El norte de la universidad dejó de crear universitarios para priorizar la formación de profesionales.
A pesar de que la universidad parece estar un poco al margen de las aceleradas transformaciones de la vida social, también cambia. Quienes hemos permanecido en ella como docentes tras la etapa estudiantil lo sabemos bien: poco se parece la que conocimos cuando estrenábamos biografía a la que hemos dejado en el momento de la jubilación. Es imposible que uno sea juez imparcial de lo que ha vivido, pero hay cosas que saltan a la vista: hasta principios de los años 70 la universidad española era casi un coto cerrado de los catedráticos, reconocidos como maestros en el mejor de los casos, y como caciques o mandarines en el menos bueno. Era una institución pequeña, marcada por un elitismo fruto de la desigualdad social. A pesar de sus defectos resultaba humana, abarcable. En ella aún era posible la interdisciplinariedad y la formación genérica primaba sobre la profesional.
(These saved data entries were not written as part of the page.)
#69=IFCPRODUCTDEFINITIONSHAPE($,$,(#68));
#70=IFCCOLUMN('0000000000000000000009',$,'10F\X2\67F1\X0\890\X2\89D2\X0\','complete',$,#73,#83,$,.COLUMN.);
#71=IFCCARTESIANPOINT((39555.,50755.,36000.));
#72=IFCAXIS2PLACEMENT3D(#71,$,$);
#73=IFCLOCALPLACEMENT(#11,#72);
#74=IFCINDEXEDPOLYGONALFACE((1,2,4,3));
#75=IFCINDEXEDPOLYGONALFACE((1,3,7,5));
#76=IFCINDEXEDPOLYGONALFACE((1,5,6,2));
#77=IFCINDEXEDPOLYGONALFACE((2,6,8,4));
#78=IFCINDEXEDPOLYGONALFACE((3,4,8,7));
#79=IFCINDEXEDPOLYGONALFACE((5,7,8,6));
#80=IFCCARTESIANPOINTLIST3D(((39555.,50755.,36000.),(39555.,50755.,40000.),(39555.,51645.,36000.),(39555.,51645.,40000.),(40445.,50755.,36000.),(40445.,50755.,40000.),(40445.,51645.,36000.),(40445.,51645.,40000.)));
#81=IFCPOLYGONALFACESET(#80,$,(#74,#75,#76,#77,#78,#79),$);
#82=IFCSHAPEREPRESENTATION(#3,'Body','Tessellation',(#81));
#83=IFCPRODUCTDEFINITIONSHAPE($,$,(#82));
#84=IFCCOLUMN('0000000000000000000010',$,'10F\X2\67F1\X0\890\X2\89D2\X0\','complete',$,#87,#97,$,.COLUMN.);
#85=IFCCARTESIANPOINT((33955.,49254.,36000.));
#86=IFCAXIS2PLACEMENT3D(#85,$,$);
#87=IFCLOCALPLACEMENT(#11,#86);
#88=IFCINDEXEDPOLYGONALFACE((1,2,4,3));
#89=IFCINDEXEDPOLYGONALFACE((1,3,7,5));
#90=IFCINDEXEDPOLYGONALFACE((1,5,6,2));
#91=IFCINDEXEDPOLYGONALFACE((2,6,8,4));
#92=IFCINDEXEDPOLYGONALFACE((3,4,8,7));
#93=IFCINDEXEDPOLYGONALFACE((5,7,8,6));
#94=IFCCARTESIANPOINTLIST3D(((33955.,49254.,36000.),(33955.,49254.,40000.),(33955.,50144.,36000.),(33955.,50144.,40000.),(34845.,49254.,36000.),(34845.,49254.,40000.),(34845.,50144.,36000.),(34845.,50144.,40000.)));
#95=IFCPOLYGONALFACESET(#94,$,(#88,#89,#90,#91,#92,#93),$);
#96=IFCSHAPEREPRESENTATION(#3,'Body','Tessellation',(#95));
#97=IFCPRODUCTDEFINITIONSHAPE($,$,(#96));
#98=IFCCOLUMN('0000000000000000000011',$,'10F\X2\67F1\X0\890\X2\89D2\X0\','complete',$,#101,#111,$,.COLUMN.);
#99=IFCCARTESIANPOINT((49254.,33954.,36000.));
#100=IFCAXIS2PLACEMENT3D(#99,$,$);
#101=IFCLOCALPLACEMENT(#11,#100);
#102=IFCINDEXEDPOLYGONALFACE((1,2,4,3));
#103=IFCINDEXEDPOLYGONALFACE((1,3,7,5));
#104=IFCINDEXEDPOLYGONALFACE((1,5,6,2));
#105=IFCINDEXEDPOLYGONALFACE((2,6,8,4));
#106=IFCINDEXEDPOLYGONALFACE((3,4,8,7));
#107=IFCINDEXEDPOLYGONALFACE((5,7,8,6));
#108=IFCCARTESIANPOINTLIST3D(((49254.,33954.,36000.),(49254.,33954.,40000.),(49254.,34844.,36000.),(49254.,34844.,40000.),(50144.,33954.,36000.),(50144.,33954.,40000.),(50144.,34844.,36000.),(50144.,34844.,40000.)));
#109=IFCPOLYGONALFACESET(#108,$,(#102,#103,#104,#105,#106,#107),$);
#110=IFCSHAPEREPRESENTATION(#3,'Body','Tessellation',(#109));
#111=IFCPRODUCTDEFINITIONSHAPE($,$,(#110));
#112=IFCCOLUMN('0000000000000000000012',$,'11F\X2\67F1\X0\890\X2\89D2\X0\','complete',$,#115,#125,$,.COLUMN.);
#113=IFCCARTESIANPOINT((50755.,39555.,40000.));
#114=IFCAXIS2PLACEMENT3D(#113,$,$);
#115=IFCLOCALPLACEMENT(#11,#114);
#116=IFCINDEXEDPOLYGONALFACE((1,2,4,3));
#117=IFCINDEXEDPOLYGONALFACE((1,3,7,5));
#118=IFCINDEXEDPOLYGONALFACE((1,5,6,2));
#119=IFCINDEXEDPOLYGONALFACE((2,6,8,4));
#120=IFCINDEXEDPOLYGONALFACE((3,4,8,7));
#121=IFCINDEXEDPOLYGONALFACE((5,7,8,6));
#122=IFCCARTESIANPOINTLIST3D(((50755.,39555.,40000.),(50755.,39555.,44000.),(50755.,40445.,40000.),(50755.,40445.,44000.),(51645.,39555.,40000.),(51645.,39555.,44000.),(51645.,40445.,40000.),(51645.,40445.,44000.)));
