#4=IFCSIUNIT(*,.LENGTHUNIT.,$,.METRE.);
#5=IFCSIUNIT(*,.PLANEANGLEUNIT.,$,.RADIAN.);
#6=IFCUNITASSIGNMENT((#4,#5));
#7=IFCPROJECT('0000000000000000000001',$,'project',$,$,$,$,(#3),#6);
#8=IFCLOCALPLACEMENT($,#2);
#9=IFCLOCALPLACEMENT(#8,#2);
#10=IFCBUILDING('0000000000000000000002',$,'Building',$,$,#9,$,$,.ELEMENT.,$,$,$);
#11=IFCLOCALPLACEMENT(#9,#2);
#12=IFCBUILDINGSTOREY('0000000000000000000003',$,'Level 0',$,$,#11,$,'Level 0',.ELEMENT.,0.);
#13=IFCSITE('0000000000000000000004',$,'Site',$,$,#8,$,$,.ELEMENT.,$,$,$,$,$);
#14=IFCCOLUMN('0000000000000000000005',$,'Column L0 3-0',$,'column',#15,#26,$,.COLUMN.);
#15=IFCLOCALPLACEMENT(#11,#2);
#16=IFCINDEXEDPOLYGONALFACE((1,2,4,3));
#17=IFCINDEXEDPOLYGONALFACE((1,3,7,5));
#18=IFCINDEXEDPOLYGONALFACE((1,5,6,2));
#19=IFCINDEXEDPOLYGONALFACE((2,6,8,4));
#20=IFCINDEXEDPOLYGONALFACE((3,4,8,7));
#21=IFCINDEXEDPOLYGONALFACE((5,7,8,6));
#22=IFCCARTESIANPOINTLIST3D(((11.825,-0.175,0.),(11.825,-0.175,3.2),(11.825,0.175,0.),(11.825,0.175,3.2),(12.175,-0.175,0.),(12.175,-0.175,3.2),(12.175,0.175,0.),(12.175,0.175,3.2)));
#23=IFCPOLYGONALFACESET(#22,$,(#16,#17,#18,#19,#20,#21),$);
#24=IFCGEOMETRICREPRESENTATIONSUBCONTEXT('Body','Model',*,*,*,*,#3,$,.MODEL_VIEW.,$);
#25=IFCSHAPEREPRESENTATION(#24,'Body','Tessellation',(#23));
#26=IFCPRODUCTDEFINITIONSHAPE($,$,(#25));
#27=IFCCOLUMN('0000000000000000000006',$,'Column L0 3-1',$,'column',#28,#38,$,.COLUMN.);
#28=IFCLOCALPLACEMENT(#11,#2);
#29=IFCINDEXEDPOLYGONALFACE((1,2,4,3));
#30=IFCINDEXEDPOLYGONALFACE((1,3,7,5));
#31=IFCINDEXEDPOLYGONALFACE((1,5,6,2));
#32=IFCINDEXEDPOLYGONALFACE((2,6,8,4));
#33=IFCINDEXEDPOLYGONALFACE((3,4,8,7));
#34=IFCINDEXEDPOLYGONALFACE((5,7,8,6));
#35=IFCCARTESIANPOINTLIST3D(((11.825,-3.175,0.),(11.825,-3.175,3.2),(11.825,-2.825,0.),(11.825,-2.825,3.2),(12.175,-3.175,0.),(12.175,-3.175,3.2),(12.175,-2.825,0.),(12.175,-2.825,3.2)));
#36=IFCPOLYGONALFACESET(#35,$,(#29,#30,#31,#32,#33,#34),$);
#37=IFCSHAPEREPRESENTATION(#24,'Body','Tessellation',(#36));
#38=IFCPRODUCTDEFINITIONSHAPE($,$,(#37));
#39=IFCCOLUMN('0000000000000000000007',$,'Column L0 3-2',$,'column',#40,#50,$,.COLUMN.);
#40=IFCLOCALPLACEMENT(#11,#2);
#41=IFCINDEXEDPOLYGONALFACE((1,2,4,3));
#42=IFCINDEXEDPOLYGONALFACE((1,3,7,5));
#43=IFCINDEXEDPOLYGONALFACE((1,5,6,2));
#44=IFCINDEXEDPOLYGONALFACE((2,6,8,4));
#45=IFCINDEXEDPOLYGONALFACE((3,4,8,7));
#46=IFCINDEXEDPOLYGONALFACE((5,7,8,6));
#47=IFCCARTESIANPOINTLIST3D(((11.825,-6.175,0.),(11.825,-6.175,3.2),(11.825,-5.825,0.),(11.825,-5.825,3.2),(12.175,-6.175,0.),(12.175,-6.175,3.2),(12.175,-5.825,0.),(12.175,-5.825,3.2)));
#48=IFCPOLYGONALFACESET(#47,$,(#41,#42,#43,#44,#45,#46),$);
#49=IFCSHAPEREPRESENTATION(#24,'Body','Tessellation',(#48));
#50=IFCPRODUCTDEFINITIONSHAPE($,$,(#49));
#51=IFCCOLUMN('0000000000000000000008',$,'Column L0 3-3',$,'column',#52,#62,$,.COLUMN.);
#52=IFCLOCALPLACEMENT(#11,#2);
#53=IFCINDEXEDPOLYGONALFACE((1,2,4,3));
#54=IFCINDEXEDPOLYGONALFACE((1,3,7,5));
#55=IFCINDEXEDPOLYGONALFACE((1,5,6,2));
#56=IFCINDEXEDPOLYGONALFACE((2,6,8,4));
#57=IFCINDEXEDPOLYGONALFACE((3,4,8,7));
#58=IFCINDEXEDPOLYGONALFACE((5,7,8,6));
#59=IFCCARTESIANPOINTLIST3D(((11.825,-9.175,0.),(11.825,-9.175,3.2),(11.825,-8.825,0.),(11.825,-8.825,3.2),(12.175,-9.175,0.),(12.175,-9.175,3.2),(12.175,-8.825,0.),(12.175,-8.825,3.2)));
Con el desarrollismo, la explosión demográfica y el cambio de régimen político, aquella vieja academia desapareció en muy pocos años para convertirse en otra muy diferente: enorme, masificada, compartimentada en centros cada vez más volcados sobre sí mismos. El protagonismo de los viejos catedráticos fue suplantado por toda una escala de profesores e investigadores que consiguieron la estabilidad en el empleo por cambiantes mecanismos que sustituyeron al de las oposiciones. Las carreras académicas se fueron haciendo menos aventuradas y más rutinarias, dando lugar a una preocupante endogamia de los claustros. El profesor dejó de ser como antaño un sabio oficial o un líder social, para convertirse en un funcionario de la docencia y la investigación. El norte de la universidad dejó de crear universitarios para priorizar la formación de profesionales. Todo ese panorama también cambió a raíz de la caída dramática de los índices de natalidad (algo que tal vez debiéramos llamar implosión demográfica) y las sucesivas crisis económicas que han erosionado el Estado de Bienestar que presuntamente hemos disfrutado alguna vez. Para abreviar el cuento, el resultado ha sido que tenemos una universidad cada vez más digitalizada, burocratizada, reglamentada y preocupada por la inserción en el mercado de trabajo.
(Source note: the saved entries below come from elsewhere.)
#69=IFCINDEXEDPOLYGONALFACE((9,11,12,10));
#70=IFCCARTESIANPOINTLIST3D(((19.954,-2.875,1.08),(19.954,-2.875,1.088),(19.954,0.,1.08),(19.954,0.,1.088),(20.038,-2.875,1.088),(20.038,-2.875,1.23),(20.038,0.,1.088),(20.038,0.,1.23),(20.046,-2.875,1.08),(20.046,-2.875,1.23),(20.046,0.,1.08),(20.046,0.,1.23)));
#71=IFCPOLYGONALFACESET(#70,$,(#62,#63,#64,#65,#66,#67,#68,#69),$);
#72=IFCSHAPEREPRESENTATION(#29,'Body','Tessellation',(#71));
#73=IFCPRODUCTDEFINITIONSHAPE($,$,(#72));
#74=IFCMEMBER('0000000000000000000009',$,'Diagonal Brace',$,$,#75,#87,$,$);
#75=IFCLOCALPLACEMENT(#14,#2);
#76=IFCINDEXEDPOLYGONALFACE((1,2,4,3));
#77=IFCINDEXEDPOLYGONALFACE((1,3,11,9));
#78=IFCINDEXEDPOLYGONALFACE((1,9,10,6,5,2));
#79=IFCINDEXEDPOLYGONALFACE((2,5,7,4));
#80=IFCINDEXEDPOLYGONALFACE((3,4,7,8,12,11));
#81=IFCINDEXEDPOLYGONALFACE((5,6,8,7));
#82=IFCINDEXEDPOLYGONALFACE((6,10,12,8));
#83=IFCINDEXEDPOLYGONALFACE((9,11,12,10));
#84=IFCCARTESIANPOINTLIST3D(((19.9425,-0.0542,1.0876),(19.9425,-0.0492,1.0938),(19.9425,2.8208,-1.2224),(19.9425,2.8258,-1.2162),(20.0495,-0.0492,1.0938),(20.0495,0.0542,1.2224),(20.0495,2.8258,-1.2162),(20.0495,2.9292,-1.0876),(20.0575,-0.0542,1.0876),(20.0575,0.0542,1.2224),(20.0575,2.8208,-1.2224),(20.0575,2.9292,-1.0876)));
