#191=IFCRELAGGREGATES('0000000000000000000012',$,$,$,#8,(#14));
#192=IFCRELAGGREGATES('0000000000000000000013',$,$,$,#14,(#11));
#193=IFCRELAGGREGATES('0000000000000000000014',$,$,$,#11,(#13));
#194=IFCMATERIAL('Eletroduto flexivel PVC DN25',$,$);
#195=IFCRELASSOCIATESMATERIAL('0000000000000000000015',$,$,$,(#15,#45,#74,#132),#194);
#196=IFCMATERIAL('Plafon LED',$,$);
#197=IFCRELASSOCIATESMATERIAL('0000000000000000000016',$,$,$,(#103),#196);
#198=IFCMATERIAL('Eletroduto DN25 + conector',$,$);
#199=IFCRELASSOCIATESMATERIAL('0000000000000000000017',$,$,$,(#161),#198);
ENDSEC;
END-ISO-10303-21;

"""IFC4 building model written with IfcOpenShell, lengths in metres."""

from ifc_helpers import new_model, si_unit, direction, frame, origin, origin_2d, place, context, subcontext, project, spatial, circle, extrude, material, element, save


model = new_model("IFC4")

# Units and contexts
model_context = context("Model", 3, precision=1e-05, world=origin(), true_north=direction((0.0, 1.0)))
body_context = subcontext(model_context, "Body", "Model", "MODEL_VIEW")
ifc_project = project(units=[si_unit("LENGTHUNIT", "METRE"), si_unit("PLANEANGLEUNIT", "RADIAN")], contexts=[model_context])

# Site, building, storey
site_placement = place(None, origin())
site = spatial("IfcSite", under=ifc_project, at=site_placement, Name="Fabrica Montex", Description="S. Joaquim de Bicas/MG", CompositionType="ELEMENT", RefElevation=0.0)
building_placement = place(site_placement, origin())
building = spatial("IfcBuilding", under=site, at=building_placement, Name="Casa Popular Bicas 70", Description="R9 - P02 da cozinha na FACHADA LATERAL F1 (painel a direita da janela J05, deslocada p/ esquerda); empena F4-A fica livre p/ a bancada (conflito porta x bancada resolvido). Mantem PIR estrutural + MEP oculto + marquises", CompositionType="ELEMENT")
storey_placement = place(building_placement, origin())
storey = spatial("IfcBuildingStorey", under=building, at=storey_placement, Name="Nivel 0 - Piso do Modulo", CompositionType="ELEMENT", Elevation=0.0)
Las cosas, sin embargo, no parecen estar del todo en orden, y se plantea una cuestión harto inquietante: ¿está asegurada la supervivencia de la universidad tras todos estos avatares? Seguramente pervivirá el nombre, pero ¿seguirá siendo reconocible la realidad subyacente? Si se siguen atomizando los centros e hiperespecializando las enseñanzas tal vez tendremos que rebautizarla y llamarla particularidad. Hoy por hoy es cierto que se está superando la sedentarización endogámica, pero empieza a detectarse una tendencia hacia el nomadismo académico, así como el abandono de las seculares tradiciones que hasta ahora habían servido para preservar la identidad del mundo universitario. La gestión de tipo empresarial puede que sirva para cuadrar balances, pero, desde luego, no es la más adecuada para dar prioridad a los fines sobre los medios. La tiranía de las agencias calificadoras, la baremación de todos los procedimientos decisorios y la dictadura burocrático-pedagógica se oponen diametralmente a las nociones de libertad de cátedra y autonomía universitaria.
Desde luego, la digitalización ha llegado para quedarse, mejor dicho, para incrementarse, puesto que, en definitiva, en eso consiste la cuarta revolución industrial en la que estamos plenamente inmersos. En la práctica, esta revolución consiste en transferir a máquinas controladas por inteligencia artificial todo lo rutinario y automatizable. El peligro estriba precisamente en que hemos hecho de la universidad algo cada vez más cargado de rutinas y regido por automatismos, de suerte que, de mantener el mismo rumbo, más pronto que tarde la institución universitaria será algo tan anacrónico y prescindible como las viejas oficinas repletas de chupatintas que pegaban pólizas y estampaban sellos, o como los antiguos talleres donde se realizaban a mano trabajos repetitivos y sin alma. La idea misma de profesión está cambiando y dentro de poco nada tendrá que ver con roles prefijados, sino con la capacidad para la relación social y la asunción de cometidos cambiantes. Sin embargo, en nuestra universidad se sigue enseñando a evadir la responsabilidad personal y acometer trabajos que una máquina puede o podrá muy pronto resolver antes, mejor y más barato. La única universidad capaz de sobrevivir al horizonte que ahora se abre es una que prepare para llevar a cabo las actividades que solo los hombres y las mujeres podemos desarrollar: actividades cuyas claves estén en la creatividad, la interacción personal y el compromiso ético, aspectos que hoy por hoy los responsables de la política universitaria minusvaloran y postergan sistemáticamente.